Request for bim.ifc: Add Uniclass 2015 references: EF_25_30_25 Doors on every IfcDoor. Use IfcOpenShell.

First a look at what the model holds.

```python
import ifcopenshell

model = ifcopenshell.open("bim.ifc")
print(model.schema)
print("classifications:", [c.Name for c in model.by_type("IfcClassification")])
for ifc_class in ("IfcDoor", "IfcRoof", "IfcStair", "IfcWall", "IfcWindow"):
    print(ifc_class, len(model.by_type(ifc_class)))
```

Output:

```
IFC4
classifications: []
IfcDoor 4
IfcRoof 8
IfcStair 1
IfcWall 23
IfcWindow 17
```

```python
import ifcopenshell
import ifcopenshell.api.classification

model = ifcopenshell.open("bim.ifc")

system = ifcopenshell.api.classification.add_classification(model, classification="Uniclass 2015")

codes = {
    "IfcDoor": ("EF_25_30_25", "Doors"),
}
for ifc_class, (code, name) in codes.items():
    products = model.by_type(ifc_class)
    ifcopenshell.api.classification.add_reference(
        model, products=products, classification=system, identification=code, name=name
    )
    print(code, len(products))

model.write("bim_updated.ifc")
```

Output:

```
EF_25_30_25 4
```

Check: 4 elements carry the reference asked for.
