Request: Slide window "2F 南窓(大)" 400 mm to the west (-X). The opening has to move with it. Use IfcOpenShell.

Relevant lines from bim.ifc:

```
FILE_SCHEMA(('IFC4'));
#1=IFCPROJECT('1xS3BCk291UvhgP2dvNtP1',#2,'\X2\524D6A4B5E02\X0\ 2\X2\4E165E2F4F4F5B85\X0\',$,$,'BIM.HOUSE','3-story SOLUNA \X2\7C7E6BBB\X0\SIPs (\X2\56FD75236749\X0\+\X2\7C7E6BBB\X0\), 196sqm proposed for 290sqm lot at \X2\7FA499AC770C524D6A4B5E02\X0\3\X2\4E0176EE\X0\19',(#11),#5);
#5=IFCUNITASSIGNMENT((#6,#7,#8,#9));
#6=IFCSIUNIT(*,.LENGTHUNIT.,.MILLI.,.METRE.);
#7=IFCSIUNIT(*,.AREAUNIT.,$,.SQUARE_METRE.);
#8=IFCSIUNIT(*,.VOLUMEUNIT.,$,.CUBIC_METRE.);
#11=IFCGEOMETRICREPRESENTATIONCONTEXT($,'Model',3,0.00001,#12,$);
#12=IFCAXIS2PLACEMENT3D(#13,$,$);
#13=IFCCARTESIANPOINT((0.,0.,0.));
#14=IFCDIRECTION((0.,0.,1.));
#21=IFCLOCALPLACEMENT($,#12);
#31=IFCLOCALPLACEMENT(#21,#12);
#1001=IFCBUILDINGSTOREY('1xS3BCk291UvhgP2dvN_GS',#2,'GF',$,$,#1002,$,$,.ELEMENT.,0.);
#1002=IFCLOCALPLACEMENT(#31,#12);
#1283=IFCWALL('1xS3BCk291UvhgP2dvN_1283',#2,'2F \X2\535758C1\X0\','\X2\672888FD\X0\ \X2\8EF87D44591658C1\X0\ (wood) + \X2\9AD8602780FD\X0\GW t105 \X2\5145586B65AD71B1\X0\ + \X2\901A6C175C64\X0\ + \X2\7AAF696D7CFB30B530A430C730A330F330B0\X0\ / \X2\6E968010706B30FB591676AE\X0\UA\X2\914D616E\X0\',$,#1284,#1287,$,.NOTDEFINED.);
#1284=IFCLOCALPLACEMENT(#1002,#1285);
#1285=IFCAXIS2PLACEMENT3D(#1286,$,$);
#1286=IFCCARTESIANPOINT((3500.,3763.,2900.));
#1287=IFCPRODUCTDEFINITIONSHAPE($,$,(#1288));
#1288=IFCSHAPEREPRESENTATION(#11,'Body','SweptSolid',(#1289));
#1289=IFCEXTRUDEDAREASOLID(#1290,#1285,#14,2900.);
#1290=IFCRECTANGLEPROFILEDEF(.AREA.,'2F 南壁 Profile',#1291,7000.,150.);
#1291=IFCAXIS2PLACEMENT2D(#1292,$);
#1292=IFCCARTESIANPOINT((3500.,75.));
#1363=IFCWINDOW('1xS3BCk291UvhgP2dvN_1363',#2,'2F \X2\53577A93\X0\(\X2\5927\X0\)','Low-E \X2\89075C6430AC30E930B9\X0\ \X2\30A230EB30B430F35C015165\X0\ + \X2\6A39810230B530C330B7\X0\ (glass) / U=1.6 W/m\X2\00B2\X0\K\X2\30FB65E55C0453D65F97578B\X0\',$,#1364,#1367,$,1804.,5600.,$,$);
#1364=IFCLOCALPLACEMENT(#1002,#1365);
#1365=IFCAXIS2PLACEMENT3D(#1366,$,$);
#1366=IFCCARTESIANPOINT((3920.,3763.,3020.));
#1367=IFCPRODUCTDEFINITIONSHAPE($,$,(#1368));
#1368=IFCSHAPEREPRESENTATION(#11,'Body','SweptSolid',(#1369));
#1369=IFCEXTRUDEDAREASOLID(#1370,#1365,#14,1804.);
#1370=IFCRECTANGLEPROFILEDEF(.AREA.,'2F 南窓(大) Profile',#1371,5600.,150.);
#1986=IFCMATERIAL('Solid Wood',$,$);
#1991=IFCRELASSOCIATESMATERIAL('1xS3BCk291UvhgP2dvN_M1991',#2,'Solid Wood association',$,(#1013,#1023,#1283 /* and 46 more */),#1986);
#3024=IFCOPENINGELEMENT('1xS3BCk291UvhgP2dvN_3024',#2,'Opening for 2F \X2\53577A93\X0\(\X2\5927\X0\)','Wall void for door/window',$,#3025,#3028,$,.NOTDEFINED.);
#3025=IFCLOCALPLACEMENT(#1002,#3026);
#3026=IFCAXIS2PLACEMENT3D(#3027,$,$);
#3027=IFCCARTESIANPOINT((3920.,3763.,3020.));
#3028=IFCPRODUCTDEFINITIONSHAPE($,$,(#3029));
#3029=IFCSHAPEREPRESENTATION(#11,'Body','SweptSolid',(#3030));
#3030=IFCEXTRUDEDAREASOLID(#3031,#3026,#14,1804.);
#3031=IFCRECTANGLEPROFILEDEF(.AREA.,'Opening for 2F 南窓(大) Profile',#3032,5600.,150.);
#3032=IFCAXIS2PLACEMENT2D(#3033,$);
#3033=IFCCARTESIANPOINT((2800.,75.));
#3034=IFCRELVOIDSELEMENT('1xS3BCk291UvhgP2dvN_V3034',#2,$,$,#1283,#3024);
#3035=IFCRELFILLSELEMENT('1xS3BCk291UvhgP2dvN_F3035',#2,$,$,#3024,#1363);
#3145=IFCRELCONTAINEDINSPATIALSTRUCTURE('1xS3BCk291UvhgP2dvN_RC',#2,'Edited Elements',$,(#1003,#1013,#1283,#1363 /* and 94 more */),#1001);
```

```python
import ifcopenshell
import ifcopenshell.api.geometry
import ifcopenshell.util.placement
import ifcopenshell.util.unit

model = ifcopenshell.open("bim.ifc")
unit_scale = ifcopenshell.util.unit.calculate_unit_scale(model)

window = model.by_guid("1xS3BCk291UvhgP2dvN_1363")
opening = window.FillsVoids[0].RelatingOpeningElement
wall = opening.VoidsElements[0].RelatingBuildingElement

wall_matrix = ifcopenshell.util.placement.get_local_placement(wall.ObjectPlacement)
shift = wall_matrix[:3, 0] * -0.4 / unit_scale
before = ifcopenshell.util.placement.get_local_placement(window.ObjectPlacement)[:3, 3].copy()

# The window is not placed relative to its opening, so move both.
for product in (opening, window):
    matrix = ifcopenshell.util.placement.get_local_placement(product.ObjectPlacement)
    matrix[:3, 3] += shift
    ifcopenshell.api.geometry.edit_object_placement(model, product=product, matrix=matrix, is_si=False)

after = ifcopenshell.util.placement.get_local_placement(window.ObjectPlacement)[:3, 3]
print("window moved by", (after - before).round(3) + 0.0)

model.write("bim_edited.ifc")
```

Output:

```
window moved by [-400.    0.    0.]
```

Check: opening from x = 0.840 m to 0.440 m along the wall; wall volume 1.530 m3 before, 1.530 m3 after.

——————

▶ **YOUR OBJECTIVE**
Scan the entries above, and wherever a line holds the string "IFCPRODUCTDEFINITIONSHAPE", copy it.

▶ **RESPONSE**
#1287=IFCPRODUCTDEFINITIONSHAPE($,$,(#1288));
#1367=IFCPRODUCTDEFINITIONSHAPE($,$,(#1368));
#3028=IFCPRODUCTDEFINITIONSHAPE($,$,(#3029));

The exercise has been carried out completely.